ALLERGIC asthma remains the predominant asthma phenotype worldwide, imposing a substantial clinical and economic burden. Prevalence patterns are uneven: rates have stabilised in many high-income settings yet continue to climb across low- and middle-income countries, reflecting environmental and socioeconomic pressures. Clinically, the condition features airway hyperresponsiveness with episodic dyspnoea, non-productive cough and chest tightness, and symptom intensity typically mirrors allergen exposure. Multimorbidity is common; large proportions of patients also live with allergic rhinitis and atopic dermatitis, compounding disease severity and eroding quality of life.
Against this backdrop, the gut–lung axis has emerged as a persuasive framework for understanding disease heterogeneity. The gut microbiota, a densely populated, compositionally diverse ecosystem exceeding 10¹⁴ microorganisms, supports host homoeostasis via nutrient processing, xenobiotic metabolism and epithelial-barrier fortification. When this community tips into imbalance, systemic immune consequences follow. Three themes have crystallised. First, gut microbiota composition in allergic asthma often shows reduced diversity and shifts in key taxa, including bifidobacteria. Second, the biological activity of microbial metabolites, particularly short-chain fatty acids and tryptophan derivatives, exerts distal effects through circulation and vagal signalling, engaging G-protein-coupled receptors to promote regulatory T-cell differentiation and temper type-2 inflammation. Third, the interaction between gut microbes and the immune system shapes T-cell fate decisions; dysbiosis can skew Th2/Th17–Treg balance, weakening antiviral defences and predisposing to exacerbations.
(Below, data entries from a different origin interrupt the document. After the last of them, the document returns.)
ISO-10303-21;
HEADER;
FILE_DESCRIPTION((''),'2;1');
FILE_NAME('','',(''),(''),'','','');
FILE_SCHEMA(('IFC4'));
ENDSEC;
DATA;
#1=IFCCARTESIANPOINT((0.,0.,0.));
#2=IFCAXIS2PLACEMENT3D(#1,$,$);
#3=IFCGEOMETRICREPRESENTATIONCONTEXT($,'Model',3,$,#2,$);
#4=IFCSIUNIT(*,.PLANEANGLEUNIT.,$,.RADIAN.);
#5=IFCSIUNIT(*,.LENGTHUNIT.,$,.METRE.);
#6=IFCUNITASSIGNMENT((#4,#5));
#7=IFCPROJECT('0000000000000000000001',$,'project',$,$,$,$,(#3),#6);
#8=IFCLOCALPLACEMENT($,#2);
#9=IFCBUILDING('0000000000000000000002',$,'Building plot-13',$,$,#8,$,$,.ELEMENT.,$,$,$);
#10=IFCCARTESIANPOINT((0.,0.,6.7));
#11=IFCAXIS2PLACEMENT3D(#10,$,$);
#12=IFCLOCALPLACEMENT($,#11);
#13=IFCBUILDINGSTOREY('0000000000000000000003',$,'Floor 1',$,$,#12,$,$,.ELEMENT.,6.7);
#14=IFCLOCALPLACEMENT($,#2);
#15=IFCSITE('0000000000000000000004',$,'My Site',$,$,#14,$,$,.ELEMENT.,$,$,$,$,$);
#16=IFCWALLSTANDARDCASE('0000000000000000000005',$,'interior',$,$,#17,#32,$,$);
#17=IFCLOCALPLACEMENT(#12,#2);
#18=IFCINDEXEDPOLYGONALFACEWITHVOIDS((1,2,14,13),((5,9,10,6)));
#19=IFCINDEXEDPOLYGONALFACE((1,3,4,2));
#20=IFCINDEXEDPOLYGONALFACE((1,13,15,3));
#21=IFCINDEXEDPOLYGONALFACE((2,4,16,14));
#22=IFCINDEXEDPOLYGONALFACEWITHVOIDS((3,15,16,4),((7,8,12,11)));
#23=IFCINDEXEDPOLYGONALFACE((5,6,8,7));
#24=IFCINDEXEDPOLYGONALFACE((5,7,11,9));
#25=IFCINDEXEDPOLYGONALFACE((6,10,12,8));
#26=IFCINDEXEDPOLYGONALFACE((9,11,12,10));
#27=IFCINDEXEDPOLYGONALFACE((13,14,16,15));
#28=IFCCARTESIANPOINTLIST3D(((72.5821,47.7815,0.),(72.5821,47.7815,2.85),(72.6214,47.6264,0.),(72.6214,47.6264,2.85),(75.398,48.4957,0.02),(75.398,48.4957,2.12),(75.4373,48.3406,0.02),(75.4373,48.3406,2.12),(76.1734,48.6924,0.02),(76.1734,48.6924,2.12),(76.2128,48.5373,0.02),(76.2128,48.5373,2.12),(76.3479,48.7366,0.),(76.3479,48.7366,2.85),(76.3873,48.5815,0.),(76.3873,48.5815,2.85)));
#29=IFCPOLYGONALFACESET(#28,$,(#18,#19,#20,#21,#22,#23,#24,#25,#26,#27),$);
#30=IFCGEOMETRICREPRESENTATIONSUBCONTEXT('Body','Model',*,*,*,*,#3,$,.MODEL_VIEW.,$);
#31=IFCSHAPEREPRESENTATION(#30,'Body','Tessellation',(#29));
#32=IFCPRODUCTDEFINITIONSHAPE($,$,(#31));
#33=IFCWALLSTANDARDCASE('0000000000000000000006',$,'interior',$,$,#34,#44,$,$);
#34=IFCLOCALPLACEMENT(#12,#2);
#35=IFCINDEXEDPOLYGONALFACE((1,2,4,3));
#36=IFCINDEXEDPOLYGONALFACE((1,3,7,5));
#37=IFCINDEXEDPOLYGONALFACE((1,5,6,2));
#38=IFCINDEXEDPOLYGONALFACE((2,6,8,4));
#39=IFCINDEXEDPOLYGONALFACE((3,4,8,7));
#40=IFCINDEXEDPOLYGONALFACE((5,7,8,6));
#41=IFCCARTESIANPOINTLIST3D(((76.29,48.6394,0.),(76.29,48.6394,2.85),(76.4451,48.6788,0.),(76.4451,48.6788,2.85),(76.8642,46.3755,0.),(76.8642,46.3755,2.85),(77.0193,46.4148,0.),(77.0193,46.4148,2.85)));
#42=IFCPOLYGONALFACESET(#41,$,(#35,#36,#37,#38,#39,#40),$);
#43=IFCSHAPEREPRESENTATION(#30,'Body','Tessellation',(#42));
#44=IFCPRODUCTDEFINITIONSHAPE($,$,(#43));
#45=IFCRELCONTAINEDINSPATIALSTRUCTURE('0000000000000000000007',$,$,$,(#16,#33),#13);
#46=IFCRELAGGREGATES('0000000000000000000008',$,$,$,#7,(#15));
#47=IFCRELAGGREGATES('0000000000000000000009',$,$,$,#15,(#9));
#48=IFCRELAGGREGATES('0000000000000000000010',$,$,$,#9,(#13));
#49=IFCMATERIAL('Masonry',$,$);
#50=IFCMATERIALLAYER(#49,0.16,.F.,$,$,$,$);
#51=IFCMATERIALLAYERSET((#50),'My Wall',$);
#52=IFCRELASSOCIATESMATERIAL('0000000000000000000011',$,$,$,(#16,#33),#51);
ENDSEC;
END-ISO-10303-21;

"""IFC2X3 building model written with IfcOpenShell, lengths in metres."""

from ifc_helpers import new_model, si_unit, frame, origin, place, context, subcontext, project, spatial, polyline, outline, extrude, material, layer, layer_set, layer_usage, element, save


model = new_model("IFC2X3")

# Units and contexts
model_context = context("Model", 3, world=origin())
body_context = subcontext(model_context, "Body", "Model", "MODEL_VIEW")
ifc_project = project(units=[si_unit("PLANEANGLEUNIT", "RADIAN"), si_unit("LENGTHUNIT", "METRE")], contexts=[model_context])

# Site, building, storey
site_placement = place(None, origin())
site = spatial("IfcSite", under=ifc_project, at=site_placement, Name="My Site", CompositionType="ELEMENT")
building_placement = place(None, origin())
building = spatial("IfcBuilding", under=site, at=building_placement, Name="Building plot-13", CompositionType="ELEMENT")
storey_placement = place(None, frame((0.0, 0.0, 6.7)))
storey = spatial("IfcBuildingStorey", under=building, at=storey_placement, Name="Floor 1", CompositionType="ELEMENT", Elevation=6.7)

# Shared definitions
ifc_material = material(Name="Masonry")
ifc_layer = layer(ifc_material, 0.16, ventilated=False)
ifc_layer_set = layer_set([ifc_layer], Name="My Wall")
ifc_layer_usage = layer_usage(ifc_layer_set, "AXIS2", "NEGATIVE", 0.08)

# Wall, opening
wall_1_placement = place(storey_placement, origin())
wall_1 = element("IfcWallStandardCase", 1, at=wall_1_placement, inside=storey, material=ifc_layer_usage, Name="interior", context=body_context, shape_type="SweptSolid", body=[
    extrude(outline(polyline([(76.3873, 48.5815), (76.3479, 48.7366), (72.5821, 47.7815), (72.6214, 47.6264), (76.3873, 48.5815)])), origin(), (0.0, 0.0, 1.0), 2.85),
])
opening_1_placement = place(storey_placement, frame((0.0, 0.0, 0.02)))
element("IfcOpeningElement", 2, at=opening_1_placement, cuts=wall_1, ObjectType="Opening", context=body_context, shape_type="SweptSolid", body=[
    extrude(outline(polyline([(76.1734, 48.6924), (75.398, 48.4957), (75.4373, 48.3406), (76.2128, 48.5373), (76.1734, 48.6924)])), origin(), (0.0, 0.0, 1.0), 2.1),
])

# Wall
wall_2_placement = place(storey_placement, origin())
element("IfcWallStandardCase", 3, at=wall_2_placement, inside=storey, material=ifc_layer_usage, Name="interior", context=body_context, shape_type="SweptSolid", body=[
    extrude(outline(polyline([(76.4451, 48.6788), (76.29, 48.6394), (76.8642, 46.3755), (77.0193, 46.4148), (76.4451, 48.6788)])), origin(), (0.0, 0.0, 1.0), 2.85),
])

save(model, "model.ifc")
Mechanistic studies extend these concepts, implicating oxidative stress, epithelial barrier perturbation and altered antigen presentation in the airways as downstream consequences of intestinal microbial shifts. These insights are informing intervention strategies based on microbiota modulation. Probiotics, prebiotics, synbiotics, postbiotics and targeted dietary patterns show early promise in restoring metabolite profiles, re-balancing effector and regulatory responses, and reducing symptom burden. Precision approaches may ultimately tailor strain selection and dosing to an individual’s baseline microbiome, diet, environment and genetics.
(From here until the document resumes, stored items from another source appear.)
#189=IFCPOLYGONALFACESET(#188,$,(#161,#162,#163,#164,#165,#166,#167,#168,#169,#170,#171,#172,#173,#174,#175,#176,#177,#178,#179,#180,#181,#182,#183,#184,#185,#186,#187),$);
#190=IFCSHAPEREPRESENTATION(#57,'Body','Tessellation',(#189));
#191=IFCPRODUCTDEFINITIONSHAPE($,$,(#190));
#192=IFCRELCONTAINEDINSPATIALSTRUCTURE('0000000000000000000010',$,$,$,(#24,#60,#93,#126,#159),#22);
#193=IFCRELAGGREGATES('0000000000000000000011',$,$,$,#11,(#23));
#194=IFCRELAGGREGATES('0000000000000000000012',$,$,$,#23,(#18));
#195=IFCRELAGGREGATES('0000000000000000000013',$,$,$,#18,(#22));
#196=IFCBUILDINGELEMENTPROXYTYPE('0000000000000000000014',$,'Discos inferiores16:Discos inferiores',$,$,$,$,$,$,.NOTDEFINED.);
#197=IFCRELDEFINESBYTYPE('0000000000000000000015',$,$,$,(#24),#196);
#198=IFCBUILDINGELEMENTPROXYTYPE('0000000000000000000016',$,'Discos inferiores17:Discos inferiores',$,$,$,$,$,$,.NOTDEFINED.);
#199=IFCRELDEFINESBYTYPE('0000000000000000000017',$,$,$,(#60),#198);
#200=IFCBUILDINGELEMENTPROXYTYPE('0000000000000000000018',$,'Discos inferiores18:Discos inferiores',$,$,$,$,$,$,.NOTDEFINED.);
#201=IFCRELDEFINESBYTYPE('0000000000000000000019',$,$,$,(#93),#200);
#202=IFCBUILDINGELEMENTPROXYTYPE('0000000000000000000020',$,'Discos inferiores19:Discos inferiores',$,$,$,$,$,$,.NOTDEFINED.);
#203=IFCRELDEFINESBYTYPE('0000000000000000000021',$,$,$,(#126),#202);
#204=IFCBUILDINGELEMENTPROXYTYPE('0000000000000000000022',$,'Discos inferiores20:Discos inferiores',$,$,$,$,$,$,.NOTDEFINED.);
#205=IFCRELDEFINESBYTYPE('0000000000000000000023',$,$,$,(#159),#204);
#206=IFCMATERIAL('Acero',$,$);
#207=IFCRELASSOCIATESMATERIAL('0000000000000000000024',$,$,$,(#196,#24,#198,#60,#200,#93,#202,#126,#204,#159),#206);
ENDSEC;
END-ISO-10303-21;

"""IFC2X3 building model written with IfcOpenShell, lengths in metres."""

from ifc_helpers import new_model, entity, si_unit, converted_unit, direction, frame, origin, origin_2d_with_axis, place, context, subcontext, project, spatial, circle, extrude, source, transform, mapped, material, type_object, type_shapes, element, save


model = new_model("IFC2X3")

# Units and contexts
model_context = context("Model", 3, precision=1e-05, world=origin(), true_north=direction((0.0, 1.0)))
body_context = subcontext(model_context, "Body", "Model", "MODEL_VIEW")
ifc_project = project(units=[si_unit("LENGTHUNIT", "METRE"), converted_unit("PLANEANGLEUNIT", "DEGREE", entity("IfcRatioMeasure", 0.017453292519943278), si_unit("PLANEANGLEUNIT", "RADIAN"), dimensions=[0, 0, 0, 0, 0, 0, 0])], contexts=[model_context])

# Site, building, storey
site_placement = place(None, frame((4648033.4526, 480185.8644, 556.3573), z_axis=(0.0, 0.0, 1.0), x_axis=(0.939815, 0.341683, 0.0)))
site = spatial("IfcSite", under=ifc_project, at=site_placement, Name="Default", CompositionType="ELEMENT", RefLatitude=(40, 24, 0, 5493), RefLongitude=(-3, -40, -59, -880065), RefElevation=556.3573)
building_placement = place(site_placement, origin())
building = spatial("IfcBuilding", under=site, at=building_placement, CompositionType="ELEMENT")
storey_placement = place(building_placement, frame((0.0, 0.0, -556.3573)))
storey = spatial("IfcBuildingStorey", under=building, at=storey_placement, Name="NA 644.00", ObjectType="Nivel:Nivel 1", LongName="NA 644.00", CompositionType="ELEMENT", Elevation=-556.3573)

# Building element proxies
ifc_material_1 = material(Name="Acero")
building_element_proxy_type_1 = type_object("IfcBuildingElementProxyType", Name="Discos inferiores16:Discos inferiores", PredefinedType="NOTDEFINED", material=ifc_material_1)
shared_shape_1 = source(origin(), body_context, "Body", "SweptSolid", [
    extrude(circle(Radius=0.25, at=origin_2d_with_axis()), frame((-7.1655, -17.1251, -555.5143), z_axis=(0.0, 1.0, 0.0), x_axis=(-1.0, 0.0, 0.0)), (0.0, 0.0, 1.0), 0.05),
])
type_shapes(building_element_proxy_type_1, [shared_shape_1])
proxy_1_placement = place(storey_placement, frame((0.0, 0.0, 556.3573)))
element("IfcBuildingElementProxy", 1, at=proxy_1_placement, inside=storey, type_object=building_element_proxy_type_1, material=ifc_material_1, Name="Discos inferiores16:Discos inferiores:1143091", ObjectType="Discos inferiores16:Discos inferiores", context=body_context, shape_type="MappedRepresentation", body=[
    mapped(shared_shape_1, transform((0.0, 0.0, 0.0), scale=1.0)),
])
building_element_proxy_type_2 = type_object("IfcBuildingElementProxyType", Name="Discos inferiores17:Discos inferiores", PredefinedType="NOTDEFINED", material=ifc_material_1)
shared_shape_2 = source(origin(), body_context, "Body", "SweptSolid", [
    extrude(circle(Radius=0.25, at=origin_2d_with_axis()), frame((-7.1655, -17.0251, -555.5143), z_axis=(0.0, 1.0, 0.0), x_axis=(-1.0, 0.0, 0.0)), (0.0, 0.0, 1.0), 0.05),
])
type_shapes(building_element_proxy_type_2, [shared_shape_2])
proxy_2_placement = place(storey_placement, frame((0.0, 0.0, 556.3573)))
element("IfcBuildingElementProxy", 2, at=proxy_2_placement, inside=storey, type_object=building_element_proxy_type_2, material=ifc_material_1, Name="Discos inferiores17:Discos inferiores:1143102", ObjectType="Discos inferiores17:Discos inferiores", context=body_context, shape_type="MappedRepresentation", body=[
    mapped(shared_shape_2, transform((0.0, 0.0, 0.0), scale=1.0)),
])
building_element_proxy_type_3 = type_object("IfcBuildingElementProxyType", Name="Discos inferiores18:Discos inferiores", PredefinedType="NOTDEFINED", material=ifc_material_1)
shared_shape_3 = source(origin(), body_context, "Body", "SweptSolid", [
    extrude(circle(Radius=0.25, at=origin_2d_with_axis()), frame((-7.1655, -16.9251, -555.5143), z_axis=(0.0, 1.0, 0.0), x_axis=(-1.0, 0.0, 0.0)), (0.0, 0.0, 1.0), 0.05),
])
Important caveats remain. Associations do not prove causation; strain-level functions vary within a species; and many human studies are cross-sectional with short follow-up and heterogeneous endpoints. Field-advancing priorities include gnotobiotic and human challenge models to map causal pathways, large multi-omics cohorts to derive predictive signatures, and rigorously designed, strain-resolved randomised trials. Taken together, current evidence positions the microbiota as both biomarker and modifiable driver of allergic asthma, opening a path to preventive and personalised care that delivers durable control with fewer systemic side-effects.
Reference
Lv J et al. Gut-lung axis in allergic asthma: microbiota-driven immune dysregulation and therapeutic strategies. Front Pharmacol. 2025;16:1617546.